Pip has been an editor of Green Left Weekly and has also produced solidarity magazines highlighting the struggles for justice in Latin America and the Asia-Pacific. She is currently the national coordinator of Action in Solidarity with Asia and the Pacific (formerly Action in Solidarity with Indonesia and East Timor). ASIET played a key role in mobilising support for the Australian government to intervene to stop the carnage in East Timor following the 1999 referendum on independence. Together with 20 other Australians, Pip and her 4-year old daughter were arrested in Jakarta while attending a labor rights conference in 2001.
Pip stood for Socialist Alliance in the Senate at the last federal election. She is currently active in the movement against the war on Iraq, and helped to organise the 25,000-strong rally in Sydney last November. She is a member of the Marrickville branch of Socialist Alliance.
Kieran Latty is a 22-year-old student at Sydney University. He has been a student for the last four years and knows the hardships facing university students, from attacks on higher education to student poverty.

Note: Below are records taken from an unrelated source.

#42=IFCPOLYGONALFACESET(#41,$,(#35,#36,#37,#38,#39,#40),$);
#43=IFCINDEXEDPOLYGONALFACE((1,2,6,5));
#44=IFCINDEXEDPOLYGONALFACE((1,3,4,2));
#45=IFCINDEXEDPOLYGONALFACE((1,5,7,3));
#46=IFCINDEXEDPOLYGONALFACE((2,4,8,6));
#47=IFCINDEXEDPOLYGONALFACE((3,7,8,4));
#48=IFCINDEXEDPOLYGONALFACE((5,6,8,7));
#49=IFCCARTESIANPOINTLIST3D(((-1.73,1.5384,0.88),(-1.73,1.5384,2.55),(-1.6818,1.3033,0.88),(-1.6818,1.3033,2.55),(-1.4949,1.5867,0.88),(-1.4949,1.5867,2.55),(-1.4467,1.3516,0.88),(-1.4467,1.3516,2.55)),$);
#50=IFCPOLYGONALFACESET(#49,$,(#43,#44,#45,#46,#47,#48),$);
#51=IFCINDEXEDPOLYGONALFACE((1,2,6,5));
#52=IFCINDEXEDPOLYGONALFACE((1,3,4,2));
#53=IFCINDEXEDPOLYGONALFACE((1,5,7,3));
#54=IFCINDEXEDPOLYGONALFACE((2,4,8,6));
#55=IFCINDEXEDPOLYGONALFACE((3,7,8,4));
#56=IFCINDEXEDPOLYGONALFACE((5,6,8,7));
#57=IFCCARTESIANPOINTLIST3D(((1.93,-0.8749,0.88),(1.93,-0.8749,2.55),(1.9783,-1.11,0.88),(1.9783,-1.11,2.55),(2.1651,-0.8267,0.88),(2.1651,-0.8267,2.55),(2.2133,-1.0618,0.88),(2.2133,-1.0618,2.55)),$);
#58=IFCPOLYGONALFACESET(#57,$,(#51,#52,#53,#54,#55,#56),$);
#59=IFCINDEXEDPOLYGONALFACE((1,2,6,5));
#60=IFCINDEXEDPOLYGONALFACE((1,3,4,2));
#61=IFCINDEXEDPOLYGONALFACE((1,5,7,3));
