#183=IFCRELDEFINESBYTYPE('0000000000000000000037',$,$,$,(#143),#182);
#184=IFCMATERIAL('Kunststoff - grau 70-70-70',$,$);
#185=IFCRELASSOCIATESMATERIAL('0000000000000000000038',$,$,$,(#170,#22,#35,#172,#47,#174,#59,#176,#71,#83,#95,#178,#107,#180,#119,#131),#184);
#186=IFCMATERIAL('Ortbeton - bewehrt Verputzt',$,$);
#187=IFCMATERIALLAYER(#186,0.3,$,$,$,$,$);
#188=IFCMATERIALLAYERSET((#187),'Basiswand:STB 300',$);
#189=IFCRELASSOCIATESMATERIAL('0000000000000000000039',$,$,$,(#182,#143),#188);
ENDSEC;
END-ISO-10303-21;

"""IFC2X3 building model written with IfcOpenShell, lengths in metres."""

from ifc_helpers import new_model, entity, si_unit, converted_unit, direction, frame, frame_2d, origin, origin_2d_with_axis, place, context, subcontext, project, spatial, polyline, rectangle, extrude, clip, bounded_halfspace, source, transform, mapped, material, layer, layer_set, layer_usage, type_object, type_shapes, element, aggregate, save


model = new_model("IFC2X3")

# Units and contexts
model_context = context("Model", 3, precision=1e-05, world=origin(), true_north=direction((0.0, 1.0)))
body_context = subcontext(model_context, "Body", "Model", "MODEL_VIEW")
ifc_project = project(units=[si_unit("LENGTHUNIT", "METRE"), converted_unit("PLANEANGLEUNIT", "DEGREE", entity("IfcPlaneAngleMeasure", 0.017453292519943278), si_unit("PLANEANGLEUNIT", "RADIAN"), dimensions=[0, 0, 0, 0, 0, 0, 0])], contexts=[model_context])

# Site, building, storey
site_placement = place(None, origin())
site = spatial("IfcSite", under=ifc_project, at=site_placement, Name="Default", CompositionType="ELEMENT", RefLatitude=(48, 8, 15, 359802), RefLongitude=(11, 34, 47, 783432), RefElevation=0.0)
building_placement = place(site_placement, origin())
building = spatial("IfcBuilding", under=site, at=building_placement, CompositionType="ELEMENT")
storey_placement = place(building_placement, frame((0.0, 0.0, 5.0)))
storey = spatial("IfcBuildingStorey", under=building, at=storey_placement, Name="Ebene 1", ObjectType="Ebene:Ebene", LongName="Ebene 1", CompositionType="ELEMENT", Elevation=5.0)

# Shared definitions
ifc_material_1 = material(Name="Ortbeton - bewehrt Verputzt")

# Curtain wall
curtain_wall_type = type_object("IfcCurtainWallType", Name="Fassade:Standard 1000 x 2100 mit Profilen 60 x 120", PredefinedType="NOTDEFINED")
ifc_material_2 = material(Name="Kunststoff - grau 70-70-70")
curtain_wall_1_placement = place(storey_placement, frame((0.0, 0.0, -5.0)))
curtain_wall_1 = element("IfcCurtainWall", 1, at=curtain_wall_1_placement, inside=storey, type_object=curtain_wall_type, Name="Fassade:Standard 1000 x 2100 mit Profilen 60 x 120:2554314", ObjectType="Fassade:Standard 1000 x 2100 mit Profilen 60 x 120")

Kieran has been active in campaigns to defend funding for higher education, and in opposition to the proposed "Nelson Review" of higher education, the war on Afghanistan and the threat of war in Iraq. He has also been a supporter of striking workers across NSW, and was a founding member of Sydney University Refugee Action Coalition.
In 2001, Kieran was heavily involved in the workers' compensation dispute, building support for workers' rights at Sydney University, as well as at building sites and other workplaces across Sydney.
Kieran lives in Redfern and is a member of the Sydney Central branch of Socialist Alliance. He is familiar with the problems of poor public housing, poverty, racism and unemployment, and is committed to campaigning for cheap student housing and free public transport, as well as for workers' rights and job creation.
Margaret Perrott, who became politically active in 1984, is a well-known activist in the Illawarra, where she has been centrally involved in most local peace, women's rights and anti-racism campaigns. She is currently president of the South Coast May Day Committee and is active in the Network Opposing War and Racism and the Wollongong Hiroshima Day Committee.
Margaret is president of the People's Medical Centre Co-op in Wollongong and a member of the Doctors Reform Society. She was involved in the Illawarra Residents Against Toxic Environments campaign, and more recently the Save Sandon Point environment campaign.
Margaret is a member of the editorial board of Broad Left, a local monthly newsletter, and has been a consistent activist in the Reclaim the Night and International Women's Day committees. She is a member of the Illawarra branch of Socialist Alliance and was its candidate for the federal seat of Throsby in 2001.
Kylie Witt, 32, has been actively campaigning in the inner west and Marrickville area for several years. In Marrickville for Refugees, she worked alongside other groups and organisations such as Labor for Refugees Inner West, organising local protests and public meetings to counter the Liberals' racist scapegoating of refugees.
Kylie is an activist with the Marrickville Peace Group, a broad based grassroots community group against the war in Iraq. She has also worked within SPANNR, the group campaigning against a new nuclear reactor at Lucas Heights, the nuclear industry and war.
Kylie, a speech pathologist, is a member of the Health and Research Employees Association and has organised workmates to be members of their union. She is a member of the Marrickville branch of Socialist Alliance.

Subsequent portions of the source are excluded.